I have an old Airen's sno-thro an am having issues with the carb. 
At first I could not get it started. I bought a carb tune up kit (screws, washers and other assorted do-dads). 
I got it all back together and still a no go. If it weren't for the blisters on my pulling hand I might have picked it up and pile drived it my driveway, but I decided to replace the spark plug. I was assuming it was good because when I took it out and pulled the cord I could see it sparking. I replace it and it started right up. 
It will now start as long I have the choke on, but after 10 to 15 secs it will die. I did the 1 and 1/4 turns on both screws thing. I screw the high speed in until it started to sputter and then back it out but after I get it backed out enough it doesn't have any effect. It seems like it would run with the screw all the way out. What's wrong?


----------



## bbnissan (Nov 7, 2004)

Did you thoroughly clean the carb when you installed the carb kit? You need to completely disassemble the carb and clean every port and passage with carb cleaner and blow it out with compressed air.
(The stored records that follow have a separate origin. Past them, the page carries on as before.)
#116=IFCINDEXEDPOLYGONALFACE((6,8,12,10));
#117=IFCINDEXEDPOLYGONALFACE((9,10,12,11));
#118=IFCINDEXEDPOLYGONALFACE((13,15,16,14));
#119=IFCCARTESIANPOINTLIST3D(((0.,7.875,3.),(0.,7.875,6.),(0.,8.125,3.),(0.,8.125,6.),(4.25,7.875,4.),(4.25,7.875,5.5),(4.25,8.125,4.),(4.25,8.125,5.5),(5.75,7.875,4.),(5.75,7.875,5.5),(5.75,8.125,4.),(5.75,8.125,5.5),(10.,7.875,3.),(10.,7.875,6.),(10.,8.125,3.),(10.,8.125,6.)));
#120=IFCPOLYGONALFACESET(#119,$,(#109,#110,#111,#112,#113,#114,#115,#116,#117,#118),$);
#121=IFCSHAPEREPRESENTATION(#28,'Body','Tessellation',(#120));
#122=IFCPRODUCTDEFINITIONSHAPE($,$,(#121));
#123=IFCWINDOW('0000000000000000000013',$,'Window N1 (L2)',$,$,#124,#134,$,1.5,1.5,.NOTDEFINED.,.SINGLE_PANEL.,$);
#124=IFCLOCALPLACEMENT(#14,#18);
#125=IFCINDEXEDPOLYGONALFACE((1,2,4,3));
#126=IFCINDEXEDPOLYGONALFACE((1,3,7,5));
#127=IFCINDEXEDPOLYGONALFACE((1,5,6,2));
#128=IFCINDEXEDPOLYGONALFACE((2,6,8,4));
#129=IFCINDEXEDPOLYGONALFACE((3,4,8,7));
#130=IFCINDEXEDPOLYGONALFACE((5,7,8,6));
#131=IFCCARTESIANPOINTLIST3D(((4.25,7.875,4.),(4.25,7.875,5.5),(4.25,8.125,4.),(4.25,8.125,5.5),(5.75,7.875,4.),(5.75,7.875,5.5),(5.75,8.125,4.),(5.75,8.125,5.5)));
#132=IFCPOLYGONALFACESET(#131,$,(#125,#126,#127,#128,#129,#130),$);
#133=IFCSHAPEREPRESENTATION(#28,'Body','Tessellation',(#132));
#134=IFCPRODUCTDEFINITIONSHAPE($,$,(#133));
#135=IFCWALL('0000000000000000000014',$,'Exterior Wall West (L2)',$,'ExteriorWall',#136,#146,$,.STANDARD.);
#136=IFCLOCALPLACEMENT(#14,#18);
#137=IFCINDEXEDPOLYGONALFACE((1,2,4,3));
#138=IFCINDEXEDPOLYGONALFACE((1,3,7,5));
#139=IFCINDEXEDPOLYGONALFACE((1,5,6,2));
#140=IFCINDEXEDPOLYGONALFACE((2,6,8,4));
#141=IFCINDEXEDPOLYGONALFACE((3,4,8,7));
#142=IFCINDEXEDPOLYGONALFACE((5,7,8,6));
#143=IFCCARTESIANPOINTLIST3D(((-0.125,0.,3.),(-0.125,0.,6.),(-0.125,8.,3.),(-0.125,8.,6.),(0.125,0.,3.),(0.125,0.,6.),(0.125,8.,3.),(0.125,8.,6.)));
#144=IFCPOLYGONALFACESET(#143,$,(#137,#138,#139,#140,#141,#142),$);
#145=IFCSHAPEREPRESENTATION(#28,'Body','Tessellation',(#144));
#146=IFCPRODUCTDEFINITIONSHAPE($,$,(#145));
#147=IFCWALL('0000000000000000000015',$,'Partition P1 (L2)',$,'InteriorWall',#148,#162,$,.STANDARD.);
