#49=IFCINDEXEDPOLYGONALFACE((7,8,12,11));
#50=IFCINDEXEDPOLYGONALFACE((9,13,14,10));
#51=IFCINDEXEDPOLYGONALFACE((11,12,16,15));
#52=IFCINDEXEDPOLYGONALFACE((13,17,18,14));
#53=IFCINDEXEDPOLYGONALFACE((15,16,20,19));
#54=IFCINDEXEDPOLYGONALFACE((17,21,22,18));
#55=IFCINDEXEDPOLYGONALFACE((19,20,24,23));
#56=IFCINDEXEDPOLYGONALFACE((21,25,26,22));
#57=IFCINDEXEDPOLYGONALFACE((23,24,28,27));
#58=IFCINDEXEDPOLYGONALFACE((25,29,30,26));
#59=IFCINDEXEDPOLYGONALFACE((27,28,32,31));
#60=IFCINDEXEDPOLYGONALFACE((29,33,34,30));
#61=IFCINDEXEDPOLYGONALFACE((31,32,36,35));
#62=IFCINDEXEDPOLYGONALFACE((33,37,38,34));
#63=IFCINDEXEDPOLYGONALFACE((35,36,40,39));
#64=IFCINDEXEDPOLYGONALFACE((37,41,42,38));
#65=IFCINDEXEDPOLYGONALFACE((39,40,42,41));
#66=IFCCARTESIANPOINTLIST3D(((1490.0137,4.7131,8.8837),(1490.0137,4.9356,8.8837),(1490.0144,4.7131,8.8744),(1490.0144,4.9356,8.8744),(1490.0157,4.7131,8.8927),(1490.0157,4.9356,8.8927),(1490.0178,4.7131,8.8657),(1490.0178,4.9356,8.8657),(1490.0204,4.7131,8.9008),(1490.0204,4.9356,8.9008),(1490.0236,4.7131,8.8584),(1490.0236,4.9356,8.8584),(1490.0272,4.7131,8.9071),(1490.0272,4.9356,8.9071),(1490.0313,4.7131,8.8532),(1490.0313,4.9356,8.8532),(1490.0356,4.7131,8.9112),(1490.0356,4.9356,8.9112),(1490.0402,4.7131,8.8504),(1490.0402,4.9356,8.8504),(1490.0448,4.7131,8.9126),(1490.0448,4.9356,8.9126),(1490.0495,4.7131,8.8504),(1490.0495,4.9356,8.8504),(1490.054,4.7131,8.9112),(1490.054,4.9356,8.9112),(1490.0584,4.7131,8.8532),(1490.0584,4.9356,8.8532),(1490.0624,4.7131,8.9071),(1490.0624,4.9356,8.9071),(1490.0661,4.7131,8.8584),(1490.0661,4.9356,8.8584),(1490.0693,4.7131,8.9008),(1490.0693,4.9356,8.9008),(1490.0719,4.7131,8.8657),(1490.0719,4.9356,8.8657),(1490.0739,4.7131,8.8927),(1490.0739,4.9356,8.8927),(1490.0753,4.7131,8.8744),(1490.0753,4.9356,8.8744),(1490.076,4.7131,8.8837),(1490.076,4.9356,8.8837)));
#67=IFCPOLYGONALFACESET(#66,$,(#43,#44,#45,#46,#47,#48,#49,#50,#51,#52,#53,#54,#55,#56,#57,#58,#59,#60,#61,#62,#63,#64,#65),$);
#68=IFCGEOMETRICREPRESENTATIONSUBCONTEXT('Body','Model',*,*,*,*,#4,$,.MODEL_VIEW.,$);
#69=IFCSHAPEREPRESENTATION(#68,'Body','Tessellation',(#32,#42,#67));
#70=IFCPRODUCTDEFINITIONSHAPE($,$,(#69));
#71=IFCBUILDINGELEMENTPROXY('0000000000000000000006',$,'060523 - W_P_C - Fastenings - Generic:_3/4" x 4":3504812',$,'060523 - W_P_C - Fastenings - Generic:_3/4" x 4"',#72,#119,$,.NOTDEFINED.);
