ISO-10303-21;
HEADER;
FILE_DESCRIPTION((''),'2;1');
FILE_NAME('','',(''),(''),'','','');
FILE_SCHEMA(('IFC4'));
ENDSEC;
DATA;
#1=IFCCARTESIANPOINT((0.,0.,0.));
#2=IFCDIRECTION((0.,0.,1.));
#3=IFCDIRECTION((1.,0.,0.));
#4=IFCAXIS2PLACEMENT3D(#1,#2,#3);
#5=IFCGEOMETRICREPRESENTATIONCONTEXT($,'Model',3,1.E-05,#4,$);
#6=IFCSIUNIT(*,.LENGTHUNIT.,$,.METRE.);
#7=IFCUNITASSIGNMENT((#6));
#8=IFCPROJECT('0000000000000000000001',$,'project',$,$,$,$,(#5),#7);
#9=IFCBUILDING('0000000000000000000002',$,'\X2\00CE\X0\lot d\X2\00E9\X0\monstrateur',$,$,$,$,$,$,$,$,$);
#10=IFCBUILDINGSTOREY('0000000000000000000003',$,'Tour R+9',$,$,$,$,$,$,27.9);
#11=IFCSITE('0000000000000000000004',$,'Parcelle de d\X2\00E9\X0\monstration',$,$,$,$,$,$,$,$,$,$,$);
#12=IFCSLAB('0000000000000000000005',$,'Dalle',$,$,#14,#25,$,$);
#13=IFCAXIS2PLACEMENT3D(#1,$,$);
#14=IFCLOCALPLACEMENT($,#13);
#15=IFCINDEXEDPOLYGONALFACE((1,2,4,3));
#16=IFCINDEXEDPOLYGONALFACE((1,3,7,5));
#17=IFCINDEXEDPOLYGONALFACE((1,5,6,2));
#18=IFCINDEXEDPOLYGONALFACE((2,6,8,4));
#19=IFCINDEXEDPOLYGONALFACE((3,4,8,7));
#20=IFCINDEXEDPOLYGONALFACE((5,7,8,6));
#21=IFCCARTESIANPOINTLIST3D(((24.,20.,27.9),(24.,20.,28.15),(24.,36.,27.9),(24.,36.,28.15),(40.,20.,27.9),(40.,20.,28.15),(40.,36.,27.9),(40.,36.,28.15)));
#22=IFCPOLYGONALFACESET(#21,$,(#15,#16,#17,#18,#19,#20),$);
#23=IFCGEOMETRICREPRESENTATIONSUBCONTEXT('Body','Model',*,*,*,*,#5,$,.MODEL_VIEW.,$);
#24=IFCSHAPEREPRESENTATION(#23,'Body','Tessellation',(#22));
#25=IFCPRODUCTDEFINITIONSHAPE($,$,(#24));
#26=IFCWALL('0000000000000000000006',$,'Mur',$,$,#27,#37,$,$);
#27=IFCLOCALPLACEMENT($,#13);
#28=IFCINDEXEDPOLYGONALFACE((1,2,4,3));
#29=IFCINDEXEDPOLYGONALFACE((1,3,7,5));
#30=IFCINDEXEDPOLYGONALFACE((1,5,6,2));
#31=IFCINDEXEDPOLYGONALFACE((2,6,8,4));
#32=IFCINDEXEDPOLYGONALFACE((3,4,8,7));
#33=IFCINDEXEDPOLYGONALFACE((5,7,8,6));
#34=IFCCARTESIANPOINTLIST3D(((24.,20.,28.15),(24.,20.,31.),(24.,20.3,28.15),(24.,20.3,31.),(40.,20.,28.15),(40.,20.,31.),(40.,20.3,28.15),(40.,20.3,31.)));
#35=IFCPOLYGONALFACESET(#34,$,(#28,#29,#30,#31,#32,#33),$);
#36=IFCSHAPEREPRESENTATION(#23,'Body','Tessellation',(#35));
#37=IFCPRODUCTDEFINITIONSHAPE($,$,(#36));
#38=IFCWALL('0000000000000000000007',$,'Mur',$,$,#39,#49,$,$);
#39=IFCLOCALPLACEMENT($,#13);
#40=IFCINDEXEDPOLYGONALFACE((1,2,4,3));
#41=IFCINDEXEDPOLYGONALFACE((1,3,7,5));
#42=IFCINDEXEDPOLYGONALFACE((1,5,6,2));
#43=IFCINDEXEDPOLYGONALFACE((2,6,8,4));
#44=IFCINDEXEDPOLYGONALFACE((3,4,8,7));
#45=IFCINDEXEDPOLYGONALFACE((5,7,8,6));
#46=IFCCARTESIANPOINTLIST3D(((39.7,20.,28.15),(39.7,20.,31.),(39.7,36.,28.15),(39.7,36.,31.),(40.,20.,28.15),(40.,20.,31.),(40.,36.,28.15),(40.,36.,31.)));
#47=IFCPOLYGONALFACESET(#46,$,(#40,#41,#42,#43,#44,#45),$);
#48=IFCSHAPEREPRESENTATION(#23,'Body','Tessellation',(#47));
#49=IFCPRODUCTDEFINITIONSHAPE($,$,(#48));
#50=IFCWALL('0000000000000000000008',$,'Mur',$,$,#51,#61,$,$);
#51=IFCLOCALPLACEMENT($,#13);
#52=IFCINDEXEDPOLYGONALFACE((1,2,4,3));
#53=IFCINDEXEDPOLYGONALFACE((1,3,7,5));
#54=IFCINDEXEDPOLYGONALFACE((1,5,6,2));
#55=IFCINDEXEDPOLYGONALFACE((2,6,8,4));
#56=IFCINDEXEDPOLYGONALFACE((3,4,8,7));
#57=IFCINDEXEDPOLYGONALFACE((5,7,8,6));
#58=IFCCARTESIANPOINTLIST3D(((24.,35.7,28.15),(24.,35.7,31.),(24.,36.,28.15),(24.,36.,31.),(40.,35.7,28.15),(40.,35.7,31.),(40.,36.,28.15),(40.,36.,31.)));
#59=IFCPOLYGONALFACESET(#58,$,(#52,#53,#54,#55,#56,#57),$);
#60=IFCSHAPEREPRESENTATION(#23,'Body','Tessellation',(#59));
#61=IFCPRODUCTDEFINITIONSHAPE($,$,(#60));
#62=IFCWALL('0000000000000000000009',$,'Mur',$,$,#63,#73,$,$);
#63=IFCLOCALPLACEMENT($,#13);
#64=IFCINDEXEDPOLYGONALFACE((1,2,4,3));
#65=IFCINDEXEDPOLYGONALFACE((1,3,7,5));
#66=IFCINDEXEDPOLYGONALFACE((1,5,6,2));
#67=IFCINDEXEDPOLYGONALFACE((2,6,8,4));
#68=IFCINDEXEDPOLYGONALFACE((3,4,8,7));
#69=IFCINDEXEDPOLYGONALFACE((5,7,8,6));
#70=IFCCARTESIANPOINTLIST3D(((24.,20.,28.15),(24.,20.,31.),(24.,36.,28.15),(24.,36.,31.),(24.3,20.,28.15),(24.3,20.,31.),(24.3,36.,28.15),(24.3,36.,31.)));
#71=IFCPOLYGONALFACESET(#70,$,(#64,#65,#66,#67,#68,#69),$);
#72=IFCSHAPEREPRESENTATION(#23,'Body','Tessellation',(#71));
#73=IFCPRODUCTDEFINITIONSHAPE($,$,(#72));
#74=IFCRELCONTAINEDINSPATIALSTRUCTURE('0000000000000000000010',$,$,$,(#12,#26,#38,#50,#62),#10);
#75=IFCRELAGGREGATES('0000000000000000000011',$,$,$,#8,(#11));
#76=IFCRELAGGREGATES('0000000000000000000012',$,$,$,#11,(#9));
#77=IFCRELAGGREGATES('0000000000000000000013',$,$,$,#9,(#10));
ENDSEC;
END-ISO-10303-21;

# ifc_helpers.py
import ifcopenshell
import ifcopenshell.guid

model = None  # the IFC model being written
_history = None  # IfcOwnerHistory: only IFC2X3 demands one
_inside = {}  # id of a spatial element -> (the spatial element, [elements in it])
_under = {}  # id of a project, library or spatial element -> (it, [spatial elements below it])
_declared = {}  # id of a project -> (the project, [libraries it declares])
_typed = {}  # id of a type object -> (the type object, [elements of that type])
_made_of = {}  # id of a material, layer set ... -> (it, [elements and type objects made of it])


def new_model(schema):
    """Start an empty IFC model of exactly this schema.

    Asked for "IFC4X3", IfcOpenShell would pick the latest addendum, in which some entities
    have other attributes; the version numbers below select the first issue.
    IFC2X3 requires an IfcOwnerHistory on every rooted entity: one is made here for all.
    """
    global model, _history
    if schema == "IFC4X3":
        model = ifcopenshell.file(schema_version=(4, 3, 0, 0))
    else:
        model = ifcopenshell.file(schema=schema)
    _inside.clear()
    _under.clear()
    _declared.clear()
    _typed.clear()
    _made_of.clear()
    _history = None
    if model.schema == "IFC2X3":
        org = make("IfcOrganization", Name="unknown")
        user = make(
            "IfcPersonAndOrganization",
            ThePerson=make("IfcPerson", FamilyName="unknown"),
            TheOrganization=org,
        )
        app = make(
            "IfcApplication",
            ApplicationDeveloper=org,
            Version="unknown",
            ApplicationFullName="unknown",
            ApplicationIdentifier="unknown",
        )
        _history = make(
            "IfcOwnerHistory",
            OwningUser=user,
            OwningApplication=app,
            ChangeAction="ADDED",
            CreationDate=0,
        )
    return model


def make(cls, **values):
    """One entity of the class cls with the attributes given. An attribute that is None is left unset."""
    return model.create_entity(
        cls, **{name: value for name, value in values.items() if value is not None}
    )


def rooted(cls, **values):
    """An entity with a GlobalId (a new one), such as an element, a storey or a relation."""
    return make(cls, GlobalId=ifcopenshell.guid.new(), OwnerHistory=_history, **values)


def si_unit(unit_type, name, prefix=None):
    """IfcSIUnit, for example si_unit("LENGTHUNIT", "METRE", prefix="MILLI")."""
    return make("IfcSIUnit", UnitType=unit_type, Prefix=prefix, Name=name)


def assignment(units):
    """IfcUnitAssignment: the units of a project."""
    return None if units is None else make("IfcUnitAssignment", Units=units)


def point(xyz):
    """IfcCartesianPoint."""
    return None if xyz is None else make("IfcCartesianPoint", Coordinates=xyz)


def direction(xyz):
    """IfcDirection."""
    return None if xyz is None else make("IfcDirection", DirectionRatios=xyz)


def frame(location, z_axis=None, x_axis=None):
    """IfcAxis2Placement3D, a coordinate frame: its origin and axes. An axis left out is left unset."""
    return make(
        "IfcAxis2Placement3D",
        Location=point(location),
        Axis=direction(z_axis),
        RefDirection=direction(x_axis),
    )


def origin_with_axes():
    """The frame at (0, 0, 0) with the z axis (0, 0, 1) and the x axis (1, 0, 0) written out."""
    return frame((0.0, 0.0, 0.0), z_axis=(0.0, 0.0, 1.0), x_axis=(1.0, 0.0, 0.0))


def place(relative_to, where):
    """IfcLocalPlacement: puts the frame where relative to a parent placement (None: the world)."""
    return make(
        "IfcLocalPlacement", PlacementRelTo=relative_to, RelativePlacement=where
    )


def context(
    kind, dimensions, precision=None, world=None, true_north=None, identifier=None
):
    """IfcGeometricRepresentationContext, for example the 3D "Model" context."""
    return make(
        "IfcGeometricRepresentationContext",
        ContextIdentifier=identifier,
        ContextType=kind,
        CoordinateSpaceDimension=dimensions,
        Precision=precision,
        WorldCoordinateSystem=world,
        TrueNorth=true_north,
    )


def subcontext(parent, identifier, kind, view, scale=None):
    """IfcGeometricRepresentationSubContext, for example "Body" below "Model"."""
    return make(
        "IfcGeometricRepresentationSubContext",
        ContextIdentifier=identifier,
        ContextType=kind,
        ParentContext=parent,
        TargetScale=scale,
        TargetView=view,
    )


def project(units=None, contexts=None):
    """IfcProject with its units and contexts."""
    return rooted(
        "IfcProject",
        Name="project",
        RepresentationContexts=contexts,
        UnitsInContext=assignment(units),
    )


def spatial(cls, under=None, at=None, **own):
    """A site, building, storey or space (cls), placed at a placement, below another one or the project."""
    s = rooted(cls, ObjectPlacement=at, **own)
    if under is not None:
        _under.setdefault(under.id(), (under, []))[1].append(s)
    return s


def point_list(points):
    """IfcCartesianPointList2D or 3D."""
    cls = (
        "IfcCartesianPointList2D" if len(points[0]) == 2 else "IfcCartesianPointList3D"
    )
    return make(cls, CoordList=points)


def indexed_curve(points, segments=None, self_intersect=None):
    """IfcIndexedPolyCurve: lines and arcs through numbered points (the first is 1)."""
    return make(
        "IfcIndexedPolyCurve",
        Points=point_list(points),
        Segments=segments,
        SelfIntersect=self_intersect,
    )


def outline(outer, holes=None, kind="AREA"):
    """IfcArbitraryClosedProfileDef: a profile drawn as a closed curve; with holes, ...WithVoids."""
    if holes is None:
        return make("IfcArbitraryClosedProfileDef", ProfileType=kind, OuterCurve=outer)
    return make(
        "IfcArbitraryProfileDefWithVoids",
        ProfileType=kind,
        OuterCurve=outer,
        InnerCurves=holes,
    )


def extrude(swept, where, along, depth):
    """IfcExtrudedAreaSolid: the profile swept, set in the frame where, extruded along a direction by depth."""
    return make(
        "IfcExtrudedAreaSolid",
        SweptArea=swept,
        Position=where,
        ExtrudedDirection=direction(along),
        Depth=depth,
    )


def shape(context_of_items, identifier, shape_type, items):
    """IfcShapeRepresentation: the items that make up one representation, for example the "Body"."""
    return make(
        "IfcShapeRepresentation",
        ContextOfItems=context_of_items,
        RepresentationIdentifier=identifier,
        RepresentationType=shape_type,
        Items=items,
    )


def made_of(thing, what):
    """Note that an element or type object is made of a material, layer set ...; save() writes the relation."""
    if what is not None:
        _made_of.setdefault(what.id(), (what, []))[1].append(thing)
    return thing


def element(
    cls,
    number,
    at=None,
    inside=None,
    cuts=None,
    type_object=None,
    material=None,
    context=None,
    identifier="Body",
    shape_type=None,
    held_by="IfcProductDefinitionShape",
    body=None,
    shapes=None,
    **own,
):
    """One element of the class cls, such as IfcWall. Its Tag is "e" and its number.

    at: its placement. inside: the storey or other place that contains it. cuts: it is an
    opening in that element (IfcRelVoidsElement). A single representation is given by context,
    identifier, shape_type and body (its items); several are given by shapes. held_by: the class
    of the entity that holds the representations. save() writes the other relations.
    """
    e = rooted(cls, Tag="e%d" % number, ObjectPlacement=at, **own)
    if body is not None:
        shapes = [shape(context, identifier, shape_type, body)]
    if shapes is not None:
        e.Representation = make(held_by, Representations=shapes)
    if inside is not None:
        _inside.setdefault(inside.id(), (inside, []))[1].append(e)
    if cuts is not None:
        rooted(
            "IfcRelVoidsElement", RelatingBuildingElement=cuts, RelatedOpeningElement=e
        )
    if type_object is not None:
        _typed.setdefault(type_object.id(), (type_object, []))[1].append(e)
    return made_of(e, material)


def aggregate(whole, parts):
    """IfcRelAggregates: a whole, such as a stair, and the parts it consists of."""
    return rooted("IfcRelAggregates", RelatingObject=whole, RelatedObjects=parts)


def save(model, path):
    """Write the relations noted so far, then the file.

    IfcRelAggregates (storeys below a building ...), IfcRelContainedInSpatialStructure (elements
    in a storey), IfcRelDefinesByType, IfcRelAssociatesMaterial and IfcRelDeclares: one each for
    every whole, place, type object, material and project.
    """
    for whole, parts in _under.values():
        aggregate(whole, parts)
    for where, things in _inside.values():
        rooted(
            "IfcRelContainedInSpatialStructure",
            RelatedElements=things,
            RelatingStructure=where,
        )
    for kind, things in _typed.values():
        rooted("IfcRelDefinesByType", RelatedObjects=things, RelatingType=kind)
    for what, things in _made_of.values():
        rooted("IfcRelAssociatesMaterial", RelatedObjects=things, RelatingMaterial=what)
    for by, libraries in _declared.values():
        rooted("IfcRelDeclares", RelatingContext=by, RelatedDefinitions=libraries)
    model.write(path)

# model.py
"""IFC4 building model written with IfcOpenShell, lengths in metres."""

from ifc_helpers import new_model, si_unit, frame, origin_with_axes, place, context, subcontext, project, spatial, indexed_curve, outline, extrude, element, save


model = new_model("IFC4")

# Units and contexts
model_context = context("Model", 3, precision=1e-05, world=origin_with_axes())
body_context = subcontext(model_context, "Body", "Model", "MODEL_VIEW")
ifc_project = project(units=[si_unit("LENGTHUNIT", "METRE")], contexts=[model_context])

# Site, building, storey
site = spatial("IfcSite", under=ifc_project, Name="Parcelle de démonstration")
building = spatial("IfcBuilding", under=site, Name="Îlot démonstrateur")
storey = spatial("IfcBuildingStorey", under=building, Name="Tour R+9", Elevation=27.9)

# Slab
slab_placement = place(None, frame((0.0, 0.0, 27.9), z_axis=(0.0, 0.0, 1.0), x_axis=(1.0, 0.0, 0.0)))
element("IfcSlab", 1, at=slab_placement, inside=storey, Name="Dalle", context=body_context, shape_type="SweptSolid", body=[
    extrude(outline(indexed_curve([(24.0, 20.0), (40.0, 20.0), (40.0, 36.0), (24.0, 36.0)])), None, (0.0, 0.0, 1.0), 0.25),
])

# Walls
for number, where, z_axis, x_axis, name in (
    (2, (24.0, 20.0, 28.15), (0.0, 0.0, 1.0), (1.0, 0.0, 0.0), "Mur"),
    (3, (40.0, 20.0, 28.15), (0.0, 0.0, 1.0), (0.0, 1.0, 0.0), "Mur"),
    (4, (40.0, 36.0, 28.15), (0.0, 0.0, 1.0), (-1.0, 0.0, 0.0), "Mur"),
    (5, (24.0, 36.0, 28.15), (0.0, 0.0, 1.0), (0.0, -1.0, 0.0), "Mur"),
):
    element("IfcWall", number, at=place(None, frame(where, z_axis=z_axis, x_axis=x_axis)), inside=storey, Name=name, context=body_context, shape_type="SweptSolid", body=[
        extrude(outline(indexed_curve([(0.0, 0.0), (0.0, 0.3), (16.0, 0.3), (16.0, 0.0), (0.0, 0.0)], self_intersect=False)), origin_with_axes(), (0.0, 0.0, 1.0), 2.85),
    ])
It sounds like you still have some fuel varnish or a piece of debris somewhere in the carb that is causing your problem. Just remember this rule of thumb....if the debris is small enough to see, it is capable of causing a problem in the carb.


----------



## barristan (Jan 15, 2005)

I thoroughly cleaned it out with a toothbrush and a scrubbing pad. I removed all the varnish and even replaced two of the little metal disc inserts (no idea what they are for). I dried it out before putting it back together. 
One thing I did notice though, The hole where the high speed screw goes seemed a little dirty and I didn't see any way to clean it. Also I had a few extra pieces (washers), a small white one, and two small rubber ones. I didn't see anything else to take apart, so I couldn't guess where they were supposed to go.


----------